» **WHAT IS NEEDED**: Set down all of the records exactly.
--- --- ---
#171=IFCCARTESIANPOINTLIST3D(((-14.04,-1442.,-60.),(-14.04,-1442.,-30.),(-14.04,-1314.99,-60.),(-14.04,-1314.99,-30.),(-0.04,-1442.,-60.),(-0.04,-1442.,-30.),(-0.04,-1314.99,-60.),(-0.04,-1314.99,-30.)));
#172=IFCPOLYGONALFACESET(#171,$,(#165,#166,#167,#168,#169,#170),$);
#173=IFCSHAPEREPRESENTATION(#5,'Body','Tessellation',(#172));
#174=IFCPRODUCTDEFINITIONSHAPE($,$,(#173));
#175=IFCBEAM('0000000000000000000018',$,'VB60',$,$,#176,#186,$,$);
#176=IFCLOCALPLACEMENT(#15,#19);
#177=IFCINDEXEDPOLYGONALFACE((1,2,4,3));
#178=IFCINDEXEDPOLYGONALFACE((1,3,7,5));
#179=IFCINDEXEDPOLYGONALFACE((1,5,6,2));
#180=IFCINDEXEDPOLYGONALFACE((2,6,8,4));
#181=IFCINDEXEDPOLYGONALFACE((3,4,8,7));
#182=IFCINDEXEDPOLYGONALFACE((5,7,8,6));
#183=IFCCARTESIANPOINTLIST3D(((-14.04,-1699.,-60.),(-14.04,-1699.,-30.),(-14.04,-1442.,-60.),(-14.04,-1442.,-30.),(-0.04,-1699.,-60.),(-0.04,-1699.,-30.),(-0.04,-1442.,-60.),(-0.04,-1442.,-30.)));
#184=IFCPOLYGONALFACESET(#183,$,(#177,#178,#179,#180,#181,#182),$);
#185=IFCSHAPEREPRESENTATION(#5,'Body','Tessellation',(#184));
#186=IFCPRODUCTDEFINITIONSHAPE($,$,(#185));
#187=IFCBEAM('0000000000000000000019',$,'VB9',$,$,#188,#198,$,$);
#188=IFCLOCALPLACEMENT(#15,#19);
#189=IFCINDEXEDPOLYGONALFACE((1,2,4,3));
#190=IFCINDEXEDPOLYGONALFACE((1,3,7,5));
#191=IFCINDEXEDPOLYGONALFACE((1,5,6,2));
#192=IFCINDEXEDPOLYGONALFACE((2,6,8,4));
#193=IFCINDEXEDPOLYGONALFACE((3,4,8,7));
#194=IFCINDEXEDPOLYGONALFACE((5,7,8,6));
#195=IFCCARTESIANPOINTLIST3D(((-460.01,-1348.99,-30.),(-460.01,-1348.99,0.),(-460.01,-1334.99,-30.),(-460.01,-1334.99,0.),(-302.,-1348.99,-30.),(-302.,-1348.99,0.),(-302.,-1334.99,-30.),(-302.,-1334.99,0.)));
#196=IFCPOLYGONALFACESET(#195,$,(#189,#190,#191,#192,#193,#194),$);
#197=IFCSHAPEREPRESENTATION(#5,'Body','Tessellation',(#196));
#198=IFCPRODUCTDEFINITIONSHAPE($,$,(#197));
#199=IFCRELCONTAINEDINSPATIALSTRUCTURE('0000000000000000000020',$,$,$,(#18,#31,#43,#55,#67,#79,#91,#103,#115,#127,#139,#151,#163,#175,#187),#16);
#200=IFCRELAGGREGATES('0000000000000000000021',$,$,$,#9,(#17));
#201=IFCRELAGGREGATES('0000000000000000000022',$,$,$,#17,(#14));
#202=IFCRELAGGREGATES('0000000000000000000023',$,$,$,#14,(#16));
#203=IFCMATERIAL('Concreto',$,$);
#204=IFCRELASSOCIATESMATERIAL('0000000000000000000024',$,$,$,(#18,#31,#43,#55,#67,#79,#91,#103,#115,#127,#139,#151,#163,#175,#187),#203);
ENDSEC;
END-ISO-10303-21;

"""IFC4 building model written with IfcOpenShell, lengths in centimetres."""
--- --- ---
» **ANSWER BOX**:
#171=IFCCARTESIANPOINTLIST3D(((-14.04,-1442.,-60.),(-14.04,-1442.,-30.),(-14.04,-1314.99,-60.),(-14.04,-1314.99,-30.),(-0.04,-1442.,-60.),(-0.04,-1442.,-30.),(-0.04,-1314.99,-60.),(-0.04,-1314.99,-30.)));
#172=IFCPOLYGONALFACESET(#171,$,(#165,#166,#167,#168,#169,#170),$);
#173=IFCSHAPEREPRESENTATION(#5,'Body','Tessellation',(#172));
#174=IFCPRODUCTDEFINITIONSHAPE($,$,(#173));
#175=IFCBEAM('0000000000000000000018',$,'VB60',$,$,#176,#186,$,$);
#176=IFCLOCALPLACEMENT(#15,#19);
#177=IFCINDEXEDPOLYGONALFACE((1,2,4,3));
#178=IFCINDEXEDPOLYGONALFACE((1,3,7,5));
#179=IFCINDEXEDPOLYGONALFACE((1,5,6,2));
#180=IFCINDEXEDPOLYGONALFACE((2,6,8,4));
#181=IFCINDEXEDPOLYGONALFACE((3,4,8,7));
#182=IFCINDEXEDPOLYGONALFACE((5,7,8,6));
#183=IFCCARTESIANPOINTLIST3D(((-14.04,-1699.,-60.),(-14.04,-1699.,-30.),(-14.04,-1442.,-60.),(-14.04,-1442.,-30.),(-0.04,-1699.,-60.),(-0.04,-1699.,-30.),(-0.04,-1442.,-60.),(-0.04,-1442.,-30.)));
#184=IFCPOLYGONALFACESET(#183,$,(#177,#178,#179,#180,#181,#182),$);
#185=IFCSHAPEREPRESENTATION(#5,'Body','Tessellation',(#184));
#186=IFCPRODUCTDEFINITIONSHAPE($,$,(#185));
#187=IFCBEAM('0000000000000000000019',$,'VB9',$,$,#188,#198,$,$);
#188=IFCLOCALPLACEMENT(#15,#19);
#189=IFCINDEXEDPOLYGONALFACE((1,2,4,3));
#190=IFCINDEXEDPOLYGONALFACE((1,3,7,5));
#191=IFCINDEXEDPOLYGONALFACE((1,5,6,2));
#192=IFCINDEXEDPOLYGONALFACE((2,6,8,4));
#193=IFCINDEXEDPOLYGONALFACE((3,4,8,7));
#194=IFCINDEXEDPOLYGONALFACE((5,7,8,6));
#195=IFCCARTESIANPOINTLIST3D(((-460.01,-1348.99,-30.),(-460.01,-1348.99,0.),(-460.01,-1334.99,-30.),(-460.01,-1334.99,0.),(-302.,-1348.99,-30.),(-302.,-1348.99,0.),(-302.,-1334.99,-30.),(-302.,-1334.99,0.)));
#196=IFCPOLYGONALFACESET(#195,$,(#189,#190,#191,#192,#193,#194),$);
#197=IFCSHAPEREPRESENTATION(#5,'Body','Tessellation',(#196));
#198=IFCPRODUCTDEFINITIONSHAPE($,$,(#197));
#199=IFCRELCONTAINEDINSPATIALSTRUCTURE('0000000000000000000020',$,$,$,(#18,#31,#43,#55,#67,#79,#91,#103,#115,#127,#139,#151,#163,#175,#187),#16);
#200=IFCRELAGGREGATES('0000000000000000000021',$,$,$,#9,(#17));
#201=IFCRELAGGREGATES('0000000000000000000022',$,$,$,#17,(#14));
#202=IFCRELAGGREGATES('0000000000000000000023',$,$,$,#14,(#16));
#203=IFCMATERIAL('Concreto',$,$);
#204=IFCRELASSOCIATESMATERIAL('0000000000000000000024',$,$,$,(#18,#31,#43,#55,#67,#79,#91,#103,#115,#127,#139,#151,#163,#175,#187),#203);
ENDSEC;
END-ISO-10303-21;

"""IFC4 building model written with IfcOpenShell, lengths in centimetres."""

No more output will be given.